═══ Data for this task

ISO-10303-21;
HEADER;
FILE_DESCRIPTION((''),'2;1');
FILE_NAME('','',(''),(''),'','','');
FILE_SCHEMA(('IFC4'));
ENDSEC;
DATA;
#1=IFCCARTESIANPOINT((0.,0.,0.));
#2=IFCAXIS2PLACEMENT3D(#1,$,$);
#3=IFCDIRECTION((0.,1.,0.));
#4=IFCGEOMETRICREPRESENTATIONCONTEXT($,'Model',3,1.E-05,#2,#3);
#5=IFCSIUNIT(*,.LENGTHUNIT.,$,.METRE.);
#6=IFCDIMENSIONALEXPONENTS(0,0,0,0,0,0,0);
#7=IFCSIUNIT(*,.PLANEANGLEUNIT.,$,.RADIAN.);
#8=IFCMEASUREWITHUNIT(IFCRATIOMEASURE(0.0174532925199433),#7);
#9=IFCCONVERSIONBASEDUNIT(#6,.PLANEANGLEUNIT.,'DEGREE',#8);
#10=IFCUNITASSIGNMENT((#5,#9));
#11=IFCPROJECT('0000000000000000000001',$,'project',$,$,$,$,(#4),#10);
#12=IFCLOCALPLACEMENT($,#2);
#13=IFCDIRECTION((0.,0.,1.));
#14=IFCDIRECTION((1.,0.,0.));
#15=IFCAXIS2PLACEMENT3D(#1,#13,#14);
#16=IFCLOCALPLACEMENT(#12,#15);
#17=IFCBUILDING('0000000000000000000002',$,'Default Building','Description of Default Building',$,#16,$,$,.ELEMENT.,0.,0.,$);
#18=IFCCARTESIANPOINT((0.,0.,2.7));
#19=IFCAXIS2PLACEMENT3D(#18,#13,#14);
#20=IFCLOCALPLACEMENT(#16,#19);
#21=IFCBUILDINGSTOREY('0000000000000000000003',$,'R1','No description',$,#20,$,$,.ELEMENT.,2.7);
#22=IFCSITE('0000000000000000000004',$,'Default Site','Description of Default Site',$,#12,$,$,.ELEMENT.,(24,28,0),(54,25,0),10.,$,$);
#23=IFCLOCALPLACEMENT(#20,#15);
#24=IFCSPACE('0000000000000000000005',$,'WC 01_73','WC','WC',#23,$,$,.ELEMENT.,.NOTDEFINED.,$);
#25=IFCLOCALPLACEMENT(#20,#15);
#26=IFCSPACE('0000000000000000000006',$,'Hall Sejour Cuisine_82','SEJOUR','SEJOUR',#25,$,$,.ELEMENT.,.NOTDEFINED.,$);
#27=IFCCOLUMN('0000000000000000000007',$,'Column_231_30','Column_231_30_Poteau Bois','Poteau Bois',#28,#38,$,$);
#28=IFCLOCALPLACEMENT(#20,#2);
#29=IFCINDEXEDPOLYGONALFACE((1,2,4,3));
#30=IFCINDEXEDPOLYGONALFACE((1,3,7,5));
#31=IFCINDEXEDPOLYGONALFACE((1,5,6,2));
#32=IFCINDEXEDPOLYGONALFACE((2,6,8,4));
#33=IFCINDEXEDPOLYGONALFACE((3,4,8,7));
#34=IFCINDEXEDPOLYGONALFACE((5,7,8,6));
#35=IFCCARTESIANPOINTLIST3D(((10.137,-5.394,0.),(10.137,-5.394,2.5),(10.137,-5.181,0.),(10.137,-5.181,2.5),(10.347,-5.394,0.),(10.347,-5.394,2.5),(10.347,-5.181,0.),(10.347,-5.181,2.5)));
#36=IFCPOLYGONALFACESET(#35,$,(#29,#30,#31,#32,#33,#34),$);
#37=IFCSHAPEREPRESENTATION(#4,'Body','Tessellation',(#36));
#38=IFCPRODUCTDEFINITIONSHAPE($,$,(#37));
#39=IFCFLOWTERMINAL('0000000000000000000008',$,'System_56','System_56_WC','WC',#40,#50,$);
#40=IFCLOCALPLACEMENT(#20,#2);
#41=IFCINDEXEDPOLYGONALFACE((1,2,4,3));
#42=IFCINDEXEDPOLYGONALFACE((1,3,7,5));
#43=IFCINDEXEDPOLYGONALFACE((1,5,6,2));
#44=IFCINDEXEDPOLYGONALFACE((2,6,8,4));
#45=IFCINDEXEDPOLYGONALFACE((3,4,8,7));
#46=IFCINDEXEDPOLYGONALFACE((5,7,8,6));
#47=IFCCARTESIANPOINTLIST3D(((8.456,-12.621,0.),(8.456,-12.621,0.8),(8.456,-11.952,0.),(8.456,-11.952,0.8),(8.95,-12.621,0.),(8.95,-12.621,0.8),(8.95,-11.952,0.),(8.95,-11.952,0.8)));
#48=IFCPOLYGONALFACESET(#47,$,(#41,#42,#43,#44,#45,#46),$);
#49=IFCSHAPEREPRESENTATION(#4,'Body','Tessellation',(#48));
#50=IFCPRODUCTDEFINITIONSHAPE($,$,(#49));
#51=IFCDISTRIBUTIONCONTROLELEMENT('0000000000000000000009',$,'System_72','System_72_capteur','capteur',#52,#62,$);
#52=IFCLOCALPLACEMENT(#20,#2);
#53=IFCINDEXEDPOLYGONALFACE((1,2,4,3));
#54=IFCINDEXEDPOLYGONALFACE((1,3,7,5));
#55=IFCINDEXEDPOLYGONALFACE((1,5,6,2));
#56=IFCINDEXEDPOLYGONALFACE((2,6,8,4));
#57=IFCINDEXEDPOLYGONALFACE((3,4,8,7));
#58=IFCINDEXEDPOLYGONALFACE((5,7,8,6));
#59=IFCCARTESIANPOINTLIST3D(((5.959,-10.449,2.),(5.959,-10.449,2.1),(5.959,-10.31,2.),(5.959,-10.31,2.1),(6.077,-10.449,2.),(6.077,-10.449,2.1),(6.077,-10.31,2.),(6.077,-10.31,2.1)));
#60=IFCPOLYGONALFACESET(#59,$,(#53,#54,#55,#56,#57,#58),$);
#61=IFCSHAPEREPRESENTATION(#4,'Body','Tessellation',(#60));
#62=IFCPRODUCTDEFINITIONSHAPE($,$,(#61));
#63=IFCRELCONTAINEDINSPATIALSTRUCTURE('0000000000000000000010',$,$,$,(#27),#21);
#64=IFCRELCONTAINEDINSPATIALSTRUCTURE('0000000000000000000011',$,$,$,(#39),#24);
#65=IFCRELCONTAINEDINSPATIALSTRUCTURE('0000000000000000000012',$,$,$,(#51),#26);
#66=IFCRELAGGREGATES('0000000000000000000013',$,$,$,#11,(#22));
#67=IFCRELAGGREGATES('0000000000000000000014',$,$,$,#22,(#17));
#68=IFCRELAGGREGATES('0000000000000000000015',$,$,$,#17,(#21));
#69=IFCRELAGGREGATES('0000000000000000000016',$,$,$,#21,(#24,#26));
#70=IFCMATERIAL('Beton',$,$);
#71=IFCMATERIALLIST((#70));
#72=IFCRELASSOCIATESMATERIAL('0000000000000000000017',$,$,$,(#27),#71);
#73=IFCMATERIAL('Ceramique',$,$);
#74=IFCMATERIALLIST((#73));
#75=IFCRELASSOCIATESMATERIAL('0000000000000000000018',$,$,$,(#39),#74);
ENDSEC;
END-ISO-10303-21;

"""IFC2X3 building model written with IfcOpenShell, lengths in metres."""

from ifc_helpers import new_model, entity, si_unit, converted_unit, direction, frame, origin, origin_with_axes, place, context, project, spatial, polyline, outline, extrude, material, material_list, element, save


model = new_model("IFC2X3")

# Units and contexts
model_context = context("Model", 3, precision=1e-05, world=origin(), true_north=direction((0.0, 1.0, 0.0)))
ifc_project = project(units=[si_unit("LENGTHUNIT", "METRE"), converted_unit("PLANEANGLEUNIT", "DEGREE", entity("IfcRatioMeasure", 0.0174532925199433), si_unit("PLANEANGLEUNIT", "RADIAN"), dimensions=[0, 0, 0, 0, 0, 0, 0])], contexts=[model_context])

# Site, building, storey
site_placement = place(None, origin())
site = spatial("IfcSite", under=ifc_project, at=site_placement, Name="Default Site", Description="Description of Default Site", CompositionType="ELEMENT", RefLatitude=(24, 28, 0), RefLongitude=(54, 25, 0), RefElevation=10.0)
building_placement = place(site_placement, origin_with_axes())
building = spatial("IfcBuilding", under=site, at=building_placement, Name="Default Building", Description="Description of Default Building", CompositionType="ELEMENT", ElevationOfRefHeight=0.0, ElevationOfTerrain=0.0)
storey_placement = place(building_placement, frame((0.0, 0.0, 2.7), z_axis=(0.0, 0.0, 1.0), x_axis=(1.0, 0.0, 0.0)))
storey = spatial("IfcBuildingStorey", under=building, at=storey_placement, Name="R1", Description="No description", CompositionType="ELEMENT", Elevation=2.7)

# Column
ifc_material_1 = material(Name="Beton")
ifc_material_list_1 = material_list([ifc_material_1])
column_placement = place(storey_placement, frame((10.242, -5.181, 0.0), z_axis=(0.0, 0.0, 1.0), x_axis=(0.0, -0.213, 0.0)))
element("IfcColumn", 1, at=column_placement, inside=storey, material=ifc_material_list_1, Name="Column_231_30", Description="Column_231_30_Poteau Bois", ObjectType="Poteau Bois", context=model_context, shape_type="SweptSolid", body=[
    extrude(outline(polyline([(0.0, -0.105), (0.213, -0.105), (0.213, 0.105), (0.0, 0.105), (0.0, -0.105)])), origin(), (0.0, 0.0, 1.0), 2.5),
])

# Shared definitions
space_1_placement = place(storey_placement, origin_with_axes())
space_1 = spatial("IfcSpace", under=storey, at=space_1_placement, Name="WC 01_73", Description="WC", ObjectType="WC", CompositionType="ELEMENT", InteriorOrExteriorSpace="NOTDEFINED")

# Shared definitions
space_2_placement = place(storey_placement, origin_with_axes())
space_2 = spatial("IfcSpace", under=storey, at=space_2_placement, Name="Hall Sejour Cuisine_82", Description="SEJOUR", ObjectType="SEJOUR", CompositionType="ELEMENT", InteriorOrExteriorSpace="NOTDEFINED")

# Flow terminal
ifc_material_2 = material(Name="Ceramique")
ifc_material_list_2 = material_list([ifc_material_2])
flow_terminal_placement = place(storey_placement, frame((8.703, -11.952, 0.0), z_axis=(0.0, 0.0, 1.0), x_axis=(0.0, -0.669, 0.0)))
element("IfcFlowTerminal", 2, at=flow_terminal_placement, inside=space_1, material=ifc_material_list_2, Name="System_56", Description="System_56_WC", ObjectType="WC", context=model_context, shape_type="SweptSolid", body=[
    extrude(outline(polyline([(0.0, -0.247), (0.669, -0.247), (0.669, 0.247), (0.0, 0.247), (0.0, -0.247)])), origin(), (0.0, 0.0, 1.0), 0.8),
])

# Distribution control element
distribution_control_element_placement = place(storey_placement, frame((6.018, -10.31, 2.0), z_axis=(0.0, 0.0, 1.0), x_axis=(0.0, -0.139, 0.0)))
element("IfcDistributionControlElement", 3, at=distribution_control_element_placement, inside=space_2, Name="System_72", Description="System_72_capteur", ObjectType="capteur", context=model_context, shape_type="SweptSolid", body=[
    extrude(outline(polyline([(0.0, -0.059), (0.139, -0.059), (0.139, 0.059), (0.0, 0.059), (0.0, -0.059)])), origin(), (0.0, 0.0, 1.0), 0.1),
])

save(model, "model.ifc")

══════
═══ Data for this task

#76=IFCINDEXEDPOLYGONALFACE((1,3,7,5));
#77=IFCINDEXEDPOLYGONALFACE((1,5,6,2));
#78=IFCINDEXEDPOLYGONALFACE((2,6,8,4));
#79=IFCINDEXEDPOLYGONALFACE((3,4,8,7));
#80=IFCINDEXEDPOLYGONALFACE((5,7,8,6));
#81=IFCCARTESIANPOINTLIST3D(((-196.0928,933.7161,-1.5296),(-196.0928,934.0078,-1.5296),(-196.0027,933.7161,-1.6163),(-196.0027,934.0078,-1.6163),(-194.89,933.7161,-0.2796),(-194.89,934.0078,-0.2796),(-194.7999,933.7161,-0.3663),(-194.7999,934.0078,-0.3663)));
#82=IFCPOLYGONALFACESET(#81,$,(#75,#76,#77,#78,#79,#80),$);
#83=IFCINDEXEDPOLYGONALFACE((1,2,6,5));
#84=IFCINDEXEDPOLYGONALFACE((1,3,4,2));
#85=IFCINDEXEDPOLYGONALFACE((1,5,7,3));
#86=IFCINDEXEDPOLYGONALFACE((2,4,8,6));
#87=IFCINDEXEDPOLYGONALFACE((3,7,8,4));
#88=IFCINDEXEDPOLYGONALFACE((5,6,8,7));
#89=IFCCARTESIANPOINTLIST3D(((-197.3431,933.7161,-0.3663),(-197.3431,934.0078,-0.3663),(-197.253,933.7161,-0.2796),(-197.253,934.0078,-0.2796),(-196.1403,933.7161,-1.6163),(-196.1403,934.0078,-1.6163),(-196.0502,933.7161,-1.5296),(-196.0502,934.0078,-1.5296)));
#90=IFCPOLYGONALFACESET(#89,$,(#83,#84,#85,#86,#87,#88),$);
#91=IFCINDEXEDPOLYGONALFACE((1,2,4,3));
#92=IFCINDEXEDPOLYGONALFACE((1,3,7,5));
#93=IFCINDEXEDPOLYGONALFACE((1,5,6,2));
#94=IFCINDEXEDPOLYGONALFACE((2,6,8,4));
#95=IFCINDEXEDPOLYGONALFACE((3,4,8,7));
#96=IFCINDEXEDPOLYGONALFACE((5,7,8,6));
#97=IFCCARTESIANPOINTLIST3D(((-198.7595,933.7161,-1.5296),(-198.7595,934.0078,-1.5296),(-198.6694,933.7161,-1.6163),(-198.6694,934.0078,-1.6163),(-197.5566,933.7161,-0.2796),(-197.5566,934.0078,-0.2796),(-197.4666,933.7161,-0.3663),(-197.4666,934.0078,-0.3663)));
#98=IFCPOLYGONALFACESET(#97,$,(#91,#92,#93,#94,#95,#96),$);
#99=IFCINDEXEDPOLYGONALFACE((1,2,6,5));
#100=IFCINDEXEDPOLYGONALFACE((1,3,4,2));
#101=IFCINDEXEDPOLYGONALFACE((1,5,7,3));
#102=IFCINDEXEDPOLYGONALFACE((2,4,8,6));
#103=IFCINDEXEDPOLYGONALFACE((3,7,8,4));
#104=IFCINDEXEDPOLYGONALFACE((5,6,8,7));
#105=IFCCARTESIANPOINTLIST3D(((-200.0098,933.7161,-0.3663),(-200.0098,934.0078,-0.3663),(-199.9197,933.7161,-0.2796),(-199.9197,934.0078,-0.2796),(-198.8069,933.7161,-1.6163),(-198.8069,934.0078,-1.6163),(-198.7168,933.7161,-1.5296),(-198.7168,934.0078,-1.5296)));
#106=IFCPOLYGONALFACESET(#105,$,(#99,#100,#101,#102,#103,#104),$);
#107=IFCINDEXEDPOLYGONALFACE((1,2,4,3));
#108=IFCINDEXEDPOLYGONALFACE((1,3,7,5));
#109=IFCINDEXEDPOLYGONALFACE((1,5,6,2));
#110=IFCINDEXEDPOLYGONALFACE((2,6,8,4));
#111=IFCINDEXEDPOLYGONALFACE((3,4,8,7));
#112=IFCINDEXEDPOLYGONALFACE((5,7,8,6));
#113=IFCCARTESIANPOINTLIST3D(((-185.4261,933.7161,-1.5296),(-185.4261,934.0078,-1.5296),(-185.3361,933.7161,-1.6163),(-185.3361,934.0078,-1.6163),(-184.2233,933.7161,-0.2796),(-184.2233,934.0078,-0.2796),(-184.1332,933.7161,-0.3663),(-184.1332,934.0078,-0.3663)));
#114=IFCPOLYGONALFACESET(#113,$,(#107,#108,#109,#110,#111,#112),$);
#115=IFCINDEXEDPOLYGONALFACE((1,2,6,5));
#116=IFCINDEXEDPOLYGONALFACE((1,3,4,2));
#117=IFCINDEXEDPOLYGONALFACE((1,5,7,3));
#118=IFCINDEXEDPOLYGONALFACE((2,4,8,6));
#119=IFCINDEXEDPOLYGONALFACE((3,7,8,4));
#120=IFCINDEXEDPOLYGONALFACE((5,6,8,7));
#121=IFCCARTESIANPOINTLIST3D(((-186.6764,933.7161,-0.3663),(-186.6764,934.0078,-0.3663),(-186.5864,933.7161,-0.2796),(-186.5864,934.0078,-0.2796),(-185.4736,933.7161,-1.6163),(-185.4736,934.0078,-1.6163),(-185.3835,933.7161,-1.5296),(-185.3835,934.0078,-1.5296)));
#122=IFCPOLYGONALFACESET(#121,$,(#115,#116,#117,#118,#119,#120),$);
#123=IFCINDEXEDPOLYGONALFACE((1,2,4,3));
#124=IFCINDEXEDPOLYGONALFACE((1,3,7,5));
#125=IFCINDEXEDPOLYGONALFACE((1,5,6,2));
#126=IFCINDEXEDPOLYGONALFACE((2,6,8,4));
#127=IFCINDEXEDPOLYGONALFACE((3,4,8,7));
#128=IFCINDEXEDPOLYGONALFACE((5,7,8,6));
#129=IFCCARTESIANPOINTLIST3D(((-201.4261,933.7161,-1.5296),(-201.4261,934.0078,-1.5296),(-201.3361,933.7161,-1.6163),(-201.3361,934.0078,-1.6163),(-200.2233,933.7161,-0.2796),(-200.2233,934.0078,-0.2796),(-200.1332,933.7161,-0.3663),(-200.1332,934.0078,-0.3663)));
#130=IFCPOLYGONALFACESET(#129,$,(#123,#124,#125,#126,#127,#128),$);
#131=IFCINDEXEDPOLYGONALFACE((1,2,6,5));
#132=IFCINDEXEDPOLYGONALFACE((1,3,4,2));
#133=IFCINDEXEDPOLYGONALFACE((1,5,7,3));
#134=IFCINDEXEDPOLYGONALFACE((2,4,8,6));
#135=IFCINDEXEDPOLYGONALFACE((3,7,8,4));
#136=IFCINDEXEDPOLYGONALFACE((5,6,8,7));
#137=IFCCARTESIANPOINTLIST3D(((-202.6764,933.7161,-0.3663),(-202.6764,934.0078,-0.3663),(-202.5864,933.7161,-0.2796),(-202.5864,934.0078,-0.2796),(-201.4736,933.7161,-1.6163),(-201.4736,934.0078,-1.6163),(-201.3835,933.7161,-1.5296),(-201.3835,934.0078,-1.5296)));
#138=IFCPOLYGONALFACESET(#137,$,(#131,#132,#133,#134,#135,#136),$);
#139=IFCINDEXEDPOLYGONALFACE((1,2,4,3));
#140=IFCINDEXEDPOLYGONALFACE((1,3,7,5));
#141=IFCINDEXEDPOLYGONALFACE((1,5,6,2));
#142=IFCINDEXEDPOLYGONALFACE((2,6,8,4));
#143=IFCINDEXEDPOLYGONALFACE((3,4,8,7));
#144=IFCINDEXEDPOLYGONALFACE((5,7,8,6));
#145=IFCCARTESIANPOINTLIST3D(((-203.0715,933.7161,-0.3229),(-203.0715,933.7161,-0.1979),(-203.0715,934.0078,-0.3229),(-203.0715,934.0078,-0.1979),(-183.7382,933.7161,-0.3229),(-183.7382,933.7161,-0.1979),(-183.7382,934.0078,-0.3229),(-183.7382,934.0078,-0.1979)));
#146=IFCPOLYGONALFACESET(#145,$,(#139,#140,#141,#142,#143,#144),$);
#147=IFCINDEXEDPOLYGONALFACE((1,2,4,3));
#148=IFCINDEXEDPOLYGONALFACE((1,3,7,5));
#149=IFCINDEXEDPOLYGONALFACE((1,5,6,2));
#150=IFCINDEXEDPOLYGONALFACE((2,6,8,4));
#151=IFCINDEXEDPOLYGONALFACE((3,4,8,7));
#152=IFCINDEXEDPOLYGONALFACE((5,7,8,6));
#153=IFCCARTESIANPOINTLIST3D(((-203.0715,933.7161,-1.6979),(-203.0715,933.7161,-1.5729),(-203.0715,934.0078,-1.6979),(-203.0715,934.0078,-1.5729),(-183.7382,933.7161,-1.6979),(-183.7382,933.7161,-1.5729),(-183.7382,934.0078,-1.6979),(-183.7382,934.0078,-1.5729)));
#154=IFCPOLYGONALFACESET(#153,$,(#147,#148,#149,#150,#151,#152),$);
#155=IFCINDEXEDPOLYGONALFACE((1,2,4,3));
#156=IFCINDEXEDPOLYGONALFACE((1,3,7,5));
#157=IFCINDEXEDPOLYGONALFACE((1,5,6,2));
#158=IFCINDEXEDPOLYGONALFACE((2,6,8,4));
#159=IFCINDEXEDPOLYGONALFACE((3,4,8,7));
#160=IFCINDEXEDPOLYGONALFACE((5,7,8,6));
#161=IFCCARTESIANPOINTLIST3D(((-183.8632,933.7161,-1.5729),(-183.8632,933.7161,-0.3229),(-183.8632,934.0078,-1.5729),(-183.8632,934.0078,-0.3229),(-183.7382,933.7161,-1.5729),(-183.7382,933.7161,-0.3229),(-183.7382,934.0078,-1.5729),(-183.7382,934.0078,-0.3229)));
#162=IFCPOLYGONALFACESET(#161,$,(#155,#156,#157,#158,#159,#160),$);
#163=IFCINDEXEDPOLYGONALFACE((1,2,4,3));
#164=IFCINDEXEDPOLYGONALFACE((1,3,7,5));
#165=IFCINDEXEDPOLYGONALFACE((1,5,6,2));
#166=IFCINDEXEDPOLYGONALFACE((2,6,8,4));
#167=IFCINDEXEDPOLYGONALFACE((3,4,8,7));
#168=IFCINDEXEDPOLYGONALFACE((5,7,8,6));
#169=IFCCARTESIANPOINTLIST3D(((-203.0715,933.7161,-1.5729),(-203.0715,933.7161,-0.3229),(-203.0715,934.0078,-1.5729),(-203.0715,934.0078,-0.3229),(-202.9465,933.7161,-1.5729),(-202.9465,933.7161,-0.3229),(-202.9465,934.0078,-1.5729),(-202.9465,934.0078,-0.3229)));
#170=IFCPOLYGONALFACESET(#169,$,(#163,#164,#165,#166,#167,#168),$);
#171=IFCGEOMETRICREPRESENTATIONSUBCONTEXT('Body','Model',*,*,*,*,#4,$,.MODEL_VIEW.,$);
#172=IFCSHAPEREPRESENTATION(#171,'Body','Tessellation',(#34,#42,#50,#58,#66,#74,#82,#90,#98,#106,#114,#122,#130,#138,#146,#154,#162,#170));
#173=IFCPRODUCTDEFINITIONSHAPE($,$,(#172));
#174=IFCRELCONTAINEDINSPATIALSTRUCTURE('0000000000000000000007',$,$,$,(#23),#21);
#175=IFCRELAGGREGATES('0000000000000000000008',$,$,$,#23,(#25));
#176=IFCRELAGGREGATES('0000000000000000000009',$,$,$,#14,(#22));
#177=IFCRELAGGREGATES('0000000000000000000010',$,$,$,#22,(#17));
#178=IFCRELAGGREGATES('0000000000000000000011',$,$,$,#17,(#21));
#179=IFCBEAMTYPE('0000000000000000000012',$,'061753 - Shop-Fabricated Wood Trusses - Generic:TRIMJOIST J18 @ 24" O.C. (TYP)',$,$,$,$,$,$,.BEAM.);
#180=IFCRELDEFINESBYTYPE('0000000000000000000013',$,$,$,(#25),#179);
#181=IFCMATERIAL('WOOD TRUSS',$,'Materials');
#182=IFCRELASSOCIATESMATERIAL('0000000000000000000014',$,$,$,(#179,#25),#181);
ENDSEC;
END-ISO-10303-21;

══════

## Exercise goal
Please reproduce exactly the lines in the listing above from the one containing "#85=IFCINDEXEDPOLYGONALFACE((1,5,7,3));" through the one containing "#88=IFCINDEXEDPOLYGONALFACE((5,6,8,7));", both included, and nothing more.

## Exercise answer
#85=IFCINDEXEDPOLYGONALFACE((1,5,7,3));
#86=IFCINDEXEDPOLYGONALFACE((2,4,8,6));
#87=IFCINDEXEDPOLYGONALFACE((3,7,8,4));
#88=IFCINDEXEDPOLYGONALFACE((5,6,8,7));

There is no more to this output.